- [Records supplied]
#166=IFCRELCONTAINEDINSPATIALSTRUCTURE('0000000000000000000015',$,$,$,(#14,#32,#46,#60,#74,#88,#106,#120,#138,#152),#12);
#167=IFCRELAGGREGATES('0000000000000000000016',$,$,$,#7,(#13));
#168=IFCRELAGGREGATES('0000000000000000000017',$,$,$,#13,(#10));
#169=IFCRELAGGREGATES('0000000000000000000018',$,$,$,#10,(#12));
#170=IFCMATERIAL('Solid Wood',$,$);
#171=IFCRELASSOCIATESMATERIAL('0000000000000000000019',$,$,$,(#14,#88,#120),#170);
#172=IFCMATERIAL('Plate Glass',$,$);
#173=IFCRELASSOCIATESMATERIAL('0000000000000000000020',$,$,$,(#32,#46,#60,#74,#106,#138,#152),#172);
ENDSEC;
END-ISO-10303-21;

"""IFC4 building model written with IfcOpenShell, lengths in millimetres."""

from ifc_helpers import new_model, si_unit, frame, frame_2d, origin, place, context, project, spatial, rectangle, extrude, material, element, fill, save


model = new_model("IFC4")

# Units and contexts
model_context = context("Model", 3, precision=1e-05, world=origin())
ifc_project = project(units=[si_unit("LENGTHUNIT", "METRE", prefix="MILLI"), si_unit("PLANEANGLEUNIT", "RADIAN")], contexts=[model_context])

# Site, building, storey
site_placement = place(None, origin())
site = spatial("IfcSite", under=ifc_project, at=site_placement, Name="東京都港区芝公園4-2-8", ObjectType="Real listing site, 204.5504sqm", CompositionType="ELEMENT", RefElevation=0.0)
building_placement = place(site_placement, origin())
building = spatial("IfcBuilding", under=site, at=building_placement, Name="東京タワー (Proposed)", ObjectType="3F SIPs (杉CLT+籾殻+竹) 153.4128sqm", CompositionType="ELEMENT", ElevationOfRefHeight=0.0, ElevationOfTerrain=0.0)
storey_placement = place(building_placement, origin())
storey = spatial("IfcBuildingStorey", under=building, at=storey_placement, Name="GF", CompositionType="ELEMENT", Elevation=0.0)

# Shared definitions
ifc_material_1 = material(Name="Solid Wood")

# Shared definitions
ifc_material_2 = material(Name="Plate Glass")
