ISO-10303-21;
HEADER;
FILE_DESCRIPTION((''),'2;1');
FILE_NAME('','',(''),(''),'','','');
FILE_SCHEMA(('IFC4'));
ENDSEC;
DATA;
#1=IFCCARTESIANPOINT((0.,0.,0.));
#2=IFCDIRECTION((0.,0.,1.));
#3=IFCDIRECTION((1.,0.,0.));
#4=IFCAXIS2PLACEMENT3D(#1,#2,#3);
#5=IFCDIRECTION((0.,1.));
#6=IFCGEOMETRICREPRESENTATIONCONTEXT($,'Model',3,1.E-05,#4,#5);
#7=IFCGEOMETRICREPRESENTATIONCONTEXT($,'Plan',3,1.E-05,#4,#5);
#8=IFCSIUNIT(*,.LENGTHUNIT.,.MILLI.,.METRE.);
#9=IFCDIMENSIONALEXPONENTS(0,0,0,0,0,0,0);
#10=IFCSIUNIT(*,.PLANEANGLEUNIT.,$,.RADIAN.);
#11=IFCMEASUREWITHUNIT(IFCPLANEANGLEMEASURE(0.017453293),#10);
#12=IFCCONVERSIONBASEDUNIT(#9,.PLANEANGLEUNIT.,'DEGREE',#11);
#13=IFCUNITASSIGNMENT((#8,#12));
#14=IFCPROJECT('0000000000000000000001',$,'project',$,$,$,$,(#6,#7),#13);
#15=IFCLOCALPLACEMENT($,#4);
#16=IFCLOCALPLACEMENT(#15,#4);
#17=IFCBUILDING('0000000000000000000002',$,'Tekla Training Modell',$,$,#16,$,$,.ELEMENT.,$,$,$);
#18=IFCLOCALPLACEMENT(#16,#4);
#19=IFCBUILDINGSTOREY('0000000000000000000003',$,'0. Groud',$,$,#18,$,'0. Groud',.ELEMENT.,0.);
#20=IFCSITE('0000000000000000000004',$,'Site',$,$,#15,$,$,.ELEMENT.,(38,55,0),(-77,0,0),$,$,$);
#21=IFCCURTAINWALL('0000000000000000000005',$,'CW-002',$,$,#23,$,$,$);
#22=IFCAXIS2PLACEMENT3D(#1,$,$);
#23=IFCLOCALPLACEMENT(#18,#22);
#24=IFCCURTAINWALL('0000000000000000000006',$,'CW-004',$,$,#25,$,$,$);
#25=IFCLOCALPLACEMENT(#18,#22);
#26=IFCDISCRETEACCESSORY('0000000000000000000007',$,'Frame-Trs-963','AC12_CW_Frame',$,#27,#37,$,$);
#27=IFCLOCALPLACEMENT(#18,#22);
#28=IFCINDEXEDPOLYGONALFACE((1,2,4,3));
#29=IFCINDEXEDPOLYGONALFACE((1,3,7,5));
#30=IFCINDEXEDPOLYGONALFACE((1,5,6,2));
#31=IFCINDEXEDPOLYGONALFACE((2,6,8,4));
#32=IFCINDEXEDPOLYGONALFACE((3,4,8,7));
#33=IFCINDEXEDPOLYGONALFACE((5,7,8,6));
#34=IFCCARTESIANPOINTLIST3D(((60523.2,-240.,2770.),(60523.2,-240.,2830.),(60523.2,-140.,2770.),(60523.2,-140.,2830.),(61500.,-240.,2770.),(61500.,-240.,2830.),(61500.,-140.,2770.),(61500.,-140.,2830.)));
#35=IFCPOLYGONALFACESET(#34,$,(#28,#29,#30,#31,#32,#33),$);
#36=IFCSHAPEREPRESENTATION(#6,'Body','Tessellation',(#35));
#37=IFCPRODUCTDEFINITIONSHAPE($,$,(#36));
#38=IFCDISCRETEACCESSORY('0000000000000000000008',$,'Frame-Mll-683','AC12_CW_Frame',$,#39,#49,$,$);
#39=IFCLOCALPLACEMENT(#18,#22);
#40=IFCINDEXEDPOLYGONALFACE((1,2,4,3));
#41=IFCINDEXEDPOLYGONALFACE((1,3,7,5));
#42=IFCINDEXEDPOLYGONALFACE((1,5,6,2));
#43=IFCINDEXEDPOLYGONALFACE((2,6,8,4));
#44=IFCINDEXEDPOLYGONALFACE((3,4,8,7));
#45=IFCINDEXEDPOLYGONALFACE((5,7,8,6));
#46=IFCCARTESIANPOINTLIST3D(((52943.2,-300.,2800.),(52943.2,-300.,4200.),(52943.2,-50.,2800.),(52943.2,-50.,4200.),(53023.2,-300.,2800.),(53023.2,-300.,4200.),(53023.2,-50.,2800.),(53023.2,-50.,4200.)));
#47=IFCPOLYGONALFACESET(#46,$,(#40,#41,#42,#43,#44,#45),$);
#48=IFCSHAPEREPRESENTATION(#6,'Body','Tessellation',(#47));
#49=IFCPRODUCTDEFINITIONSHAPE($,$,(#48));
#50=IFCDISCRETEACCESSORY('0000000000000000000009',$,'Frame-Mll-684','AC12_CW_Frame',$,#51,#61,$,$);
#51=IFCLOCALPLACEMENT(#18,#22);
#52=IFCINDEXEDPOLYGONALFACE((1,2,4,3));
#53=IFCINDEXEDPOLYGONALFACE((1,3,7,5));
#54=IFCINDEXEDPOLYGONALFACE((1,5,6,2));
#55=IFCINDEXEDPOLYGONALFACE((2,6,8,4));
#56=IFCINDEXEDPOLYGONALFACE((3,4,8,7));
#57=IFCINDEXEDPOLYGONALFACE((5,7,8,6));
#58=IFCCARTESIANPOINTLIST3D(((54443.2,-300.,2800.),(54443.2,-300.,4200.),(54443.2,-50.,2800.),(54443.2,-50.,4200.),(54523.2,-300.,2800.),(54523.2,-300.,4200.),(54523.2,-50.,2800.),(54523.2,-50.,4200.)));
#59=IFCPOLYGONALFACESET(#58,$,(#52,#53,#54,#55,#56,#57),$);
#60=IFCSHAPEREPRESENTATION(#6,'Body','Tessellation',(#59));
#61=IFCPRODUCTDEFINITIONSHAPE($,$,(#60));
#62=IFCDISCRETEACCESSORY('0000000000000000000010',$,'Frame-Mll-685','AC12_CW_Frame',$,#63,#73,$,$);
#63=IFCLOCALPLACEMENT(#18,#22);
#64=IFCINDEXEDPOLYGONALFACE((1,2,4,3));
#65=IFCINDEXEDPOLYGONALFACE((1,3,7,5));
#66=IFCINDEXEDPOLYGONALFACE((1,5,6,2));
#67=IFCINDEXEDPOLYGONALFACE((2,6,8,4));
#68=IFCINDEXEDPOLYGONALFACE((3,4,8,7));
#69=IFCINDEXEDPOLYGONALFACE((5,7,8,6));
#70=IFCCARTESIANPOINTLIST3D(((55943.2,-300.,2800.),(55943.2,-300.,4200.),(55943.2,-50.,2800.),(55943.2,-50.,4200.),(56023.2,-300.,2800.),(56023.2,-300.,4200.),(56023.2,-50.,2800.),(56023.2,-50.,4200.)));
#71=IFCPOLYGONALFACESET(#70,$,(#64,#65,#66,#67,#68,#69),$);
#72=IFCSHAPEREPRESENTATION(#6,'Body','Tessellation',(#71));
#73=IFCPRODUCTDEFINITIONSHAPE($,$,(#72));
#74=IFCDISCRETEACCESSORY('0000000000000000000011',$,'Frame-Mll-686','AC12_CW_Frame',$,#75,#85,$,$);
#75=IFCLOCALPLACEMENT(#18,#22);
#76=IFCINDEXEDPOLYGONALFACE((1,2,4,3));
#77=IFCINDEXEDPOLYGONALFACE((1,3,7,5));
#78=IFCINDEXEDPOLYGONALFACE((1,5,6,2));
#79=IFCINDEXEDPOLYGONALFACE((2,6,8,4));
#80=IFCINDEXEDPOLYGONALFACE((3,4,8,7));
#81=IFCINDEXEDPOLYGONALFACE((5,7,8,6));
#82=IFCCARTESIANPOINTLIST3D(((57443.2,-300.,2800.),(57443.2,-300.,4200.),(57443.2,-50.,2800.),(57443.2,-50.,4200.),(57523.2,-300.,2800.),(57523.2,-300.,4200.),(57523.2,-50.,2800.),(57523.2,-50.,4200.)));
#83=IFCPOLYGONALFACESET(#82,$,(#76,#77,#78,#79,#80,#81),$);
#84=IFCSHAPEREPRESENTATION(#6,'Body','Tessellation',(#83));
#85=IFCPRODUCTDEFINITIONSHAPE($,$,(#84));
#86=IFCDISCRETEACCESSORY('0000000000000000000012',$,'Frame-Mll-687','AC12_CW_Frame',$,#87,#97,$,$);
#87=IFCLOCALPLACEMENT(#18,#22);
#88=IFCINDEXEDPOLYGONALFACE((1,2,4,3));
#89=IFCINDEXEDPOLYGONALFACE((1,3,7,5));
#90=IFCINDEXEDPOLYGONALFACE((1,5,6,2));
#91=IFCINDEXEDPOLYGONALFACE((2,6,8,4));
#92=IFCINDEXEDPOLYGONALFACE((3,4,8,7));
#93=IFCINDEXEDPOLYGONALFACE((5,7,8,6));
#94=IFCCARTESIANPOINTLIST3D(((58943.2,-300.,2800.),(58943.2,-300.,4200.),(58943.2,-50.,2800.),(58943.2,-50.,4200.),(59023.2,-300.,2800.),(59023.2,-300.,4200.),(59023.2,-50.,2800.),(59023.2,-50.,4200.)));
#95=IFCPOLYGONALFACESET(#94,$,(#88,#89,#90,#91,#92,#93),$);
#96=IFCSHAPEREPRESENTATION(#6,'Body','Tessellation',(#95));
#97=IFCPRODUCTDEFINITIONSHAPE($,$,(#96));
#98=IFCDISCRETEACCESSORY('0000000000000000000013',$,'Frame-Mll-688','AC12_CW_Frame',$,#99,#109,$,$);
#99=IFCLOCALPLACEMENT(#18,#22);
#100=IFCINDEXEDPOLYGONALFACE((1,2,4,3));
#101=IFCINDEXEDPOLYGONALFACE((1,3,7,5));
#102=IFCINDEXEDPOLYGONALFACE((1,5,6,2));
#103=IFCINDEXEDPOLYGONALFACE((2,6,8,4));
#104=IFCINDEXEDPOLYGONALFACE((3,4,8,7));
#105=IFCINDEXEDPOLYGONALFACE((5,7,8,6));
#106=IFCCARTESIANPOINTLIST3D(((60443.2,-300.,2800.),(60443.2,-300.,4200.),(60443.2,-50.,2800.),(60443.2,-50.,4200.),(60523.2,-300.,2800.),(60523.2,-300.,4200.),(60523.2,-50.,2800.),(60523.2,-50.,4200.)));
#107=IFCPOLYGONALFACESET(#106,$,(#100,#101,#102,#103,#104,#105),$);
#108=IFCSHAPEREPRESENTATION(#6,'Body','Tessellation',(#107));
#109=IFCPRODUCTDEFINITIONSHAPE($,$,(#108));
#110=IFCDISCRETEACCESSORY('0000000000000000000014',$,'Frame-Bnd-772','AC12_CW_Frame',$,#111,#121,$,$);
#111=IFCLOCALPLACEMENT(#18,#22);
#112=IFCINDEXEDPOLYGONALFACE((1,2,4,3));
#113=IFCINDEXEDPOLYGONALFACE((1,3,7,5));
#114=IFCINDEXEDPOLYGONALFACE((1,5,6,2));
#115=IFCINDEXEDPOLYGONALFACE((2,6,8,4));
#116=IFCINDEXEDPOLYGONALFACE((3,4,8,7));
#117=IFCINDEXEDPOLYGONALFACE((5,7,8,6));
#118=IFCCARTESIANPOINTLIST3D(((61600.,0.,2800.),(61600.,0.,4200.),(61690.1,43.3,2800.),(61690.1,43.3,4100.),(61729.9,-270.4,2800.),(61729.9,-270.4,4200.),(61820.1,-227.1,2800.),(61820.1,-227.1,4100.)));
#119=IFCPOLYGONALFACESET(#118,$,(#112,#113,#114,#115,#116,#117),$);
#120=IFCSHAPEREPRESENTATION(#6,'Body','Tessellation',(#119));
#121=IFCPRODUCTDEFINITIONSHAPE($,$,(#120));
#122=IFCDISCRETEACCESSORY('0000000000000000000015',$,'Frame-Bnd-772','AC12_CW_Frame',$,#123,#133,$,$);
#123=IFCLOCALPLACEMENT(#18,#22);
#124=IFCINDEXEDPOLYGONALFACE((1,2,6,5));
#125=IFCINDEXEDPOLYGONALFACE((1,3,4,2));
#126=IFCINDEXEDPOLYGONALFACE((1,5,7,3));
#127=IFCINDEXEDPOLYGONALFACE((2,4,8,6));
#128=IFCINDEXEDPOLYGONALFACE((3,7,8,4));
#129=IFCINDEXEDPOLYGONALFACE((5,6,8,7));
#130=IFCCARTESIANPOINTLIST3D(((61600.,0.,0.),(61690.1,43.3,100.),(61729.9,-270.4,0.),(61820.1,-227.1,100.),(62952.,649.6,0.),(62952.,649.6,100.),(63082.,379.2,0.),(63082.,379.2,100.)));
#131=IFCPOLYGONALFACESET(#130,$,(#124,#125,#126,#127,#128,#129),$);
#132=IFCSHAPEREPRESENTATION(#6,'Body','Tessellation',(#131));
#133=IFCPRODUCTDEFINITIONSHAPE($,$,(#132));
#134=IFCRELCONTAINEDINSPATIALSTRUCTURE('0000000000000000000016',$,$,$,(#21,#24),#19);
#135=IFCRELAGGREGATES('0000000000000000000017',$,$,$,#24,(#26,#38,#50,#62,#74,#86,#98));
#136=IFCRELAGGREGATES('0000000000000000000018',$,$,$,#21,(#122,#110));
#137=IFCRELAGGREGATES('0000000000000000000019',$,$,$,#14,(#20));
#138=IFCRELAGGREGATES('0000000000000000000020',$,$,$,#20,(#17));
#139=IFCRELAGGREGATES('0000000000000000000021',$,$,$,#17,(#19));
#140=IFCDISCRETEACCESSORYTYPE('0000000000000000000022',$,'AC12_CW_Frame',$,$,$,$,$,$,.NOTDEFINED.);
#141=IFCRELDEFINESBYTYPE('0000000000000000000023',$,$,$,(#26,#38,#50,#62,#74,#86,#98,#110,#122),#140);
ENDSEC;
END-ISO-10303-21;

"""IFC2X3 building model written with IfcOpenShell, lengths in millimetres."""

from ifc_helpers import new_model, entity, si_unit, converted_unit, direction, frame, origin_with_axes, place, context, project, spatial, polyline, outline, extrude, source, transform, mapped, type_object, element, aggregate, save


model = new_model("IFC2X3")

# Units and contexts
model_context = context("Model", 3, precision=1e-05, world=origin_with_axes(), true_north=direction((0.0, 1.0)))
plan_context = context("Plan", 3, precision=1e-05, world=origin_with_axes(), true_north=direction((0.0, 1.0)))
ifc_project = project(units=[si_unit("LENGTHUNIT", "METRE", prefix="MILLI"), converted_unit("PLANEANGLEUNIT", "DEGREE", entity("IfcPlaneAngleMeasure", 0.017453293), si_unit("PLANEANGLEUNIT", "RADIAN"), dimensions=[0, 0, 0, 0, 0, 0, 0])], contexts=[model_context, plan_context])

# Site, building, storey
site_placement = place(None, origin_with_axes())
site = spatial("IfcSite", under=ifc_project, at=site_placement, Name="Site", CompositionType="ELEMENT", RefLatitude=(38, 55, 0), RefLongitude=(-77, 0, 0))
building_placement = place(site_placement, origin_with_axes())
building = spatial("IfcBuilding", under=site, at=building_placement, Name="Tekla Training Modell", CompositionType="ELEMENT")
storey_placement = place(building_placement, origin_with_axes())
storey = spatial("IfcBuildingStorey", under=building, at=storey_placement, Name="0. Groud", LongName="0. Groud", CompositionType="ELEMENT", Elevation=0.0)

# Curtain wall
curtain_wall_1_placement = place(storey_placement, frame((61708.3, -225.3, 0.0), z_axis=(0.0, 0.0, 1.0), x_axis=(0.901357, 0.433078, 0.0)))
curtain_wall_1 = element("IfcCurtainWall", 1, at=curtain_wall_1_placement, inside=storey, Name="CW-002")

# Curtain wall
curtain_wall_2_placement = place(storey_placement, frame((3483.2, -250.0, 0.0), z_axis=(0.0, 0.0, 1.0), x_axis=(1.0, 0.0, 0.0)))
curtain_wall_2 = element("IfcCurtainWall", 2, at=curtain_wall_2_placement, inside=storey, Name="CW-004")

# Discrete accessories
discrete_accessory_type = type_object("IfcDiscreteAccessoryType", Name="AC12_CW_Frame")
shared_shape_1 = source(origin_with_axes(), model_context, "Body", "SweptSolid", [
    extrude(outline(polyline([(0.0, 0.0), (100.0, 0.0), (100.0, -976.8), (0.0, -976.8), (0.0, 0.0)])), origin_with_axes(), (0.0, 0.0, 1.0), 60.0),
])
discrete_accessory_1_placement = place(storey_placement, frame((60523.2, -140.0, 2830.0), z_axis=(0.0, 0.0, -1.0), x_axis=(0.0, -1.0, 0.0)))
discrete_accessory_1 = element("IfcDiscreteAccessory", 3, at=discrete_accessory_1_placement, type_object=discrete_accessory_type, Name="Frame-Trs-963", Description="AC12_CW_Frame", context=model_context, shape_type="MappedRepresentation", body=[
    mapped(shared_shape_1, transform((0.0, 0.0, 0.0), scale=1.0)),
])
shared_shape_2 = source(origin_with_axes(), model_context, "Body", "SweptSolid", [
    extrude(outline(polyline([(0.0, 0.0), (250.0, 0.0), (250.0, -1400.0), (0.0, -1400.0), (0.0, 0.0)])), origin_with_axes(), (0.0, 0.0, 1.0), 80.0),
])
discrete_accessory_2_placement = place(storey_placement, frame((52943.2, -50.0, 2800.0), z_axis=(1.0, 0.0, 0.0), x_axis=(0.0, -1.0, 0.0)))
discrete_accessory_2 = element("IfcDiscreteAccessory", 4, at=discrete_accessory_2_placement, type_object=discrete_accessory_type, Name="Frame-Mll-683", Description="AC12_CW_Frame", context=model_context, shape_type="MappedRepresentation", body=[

- [What is being asked]
Across the listing, how many lines contain "IFCSIUNIT"? State the number and nothing else.

- [Task solution]
2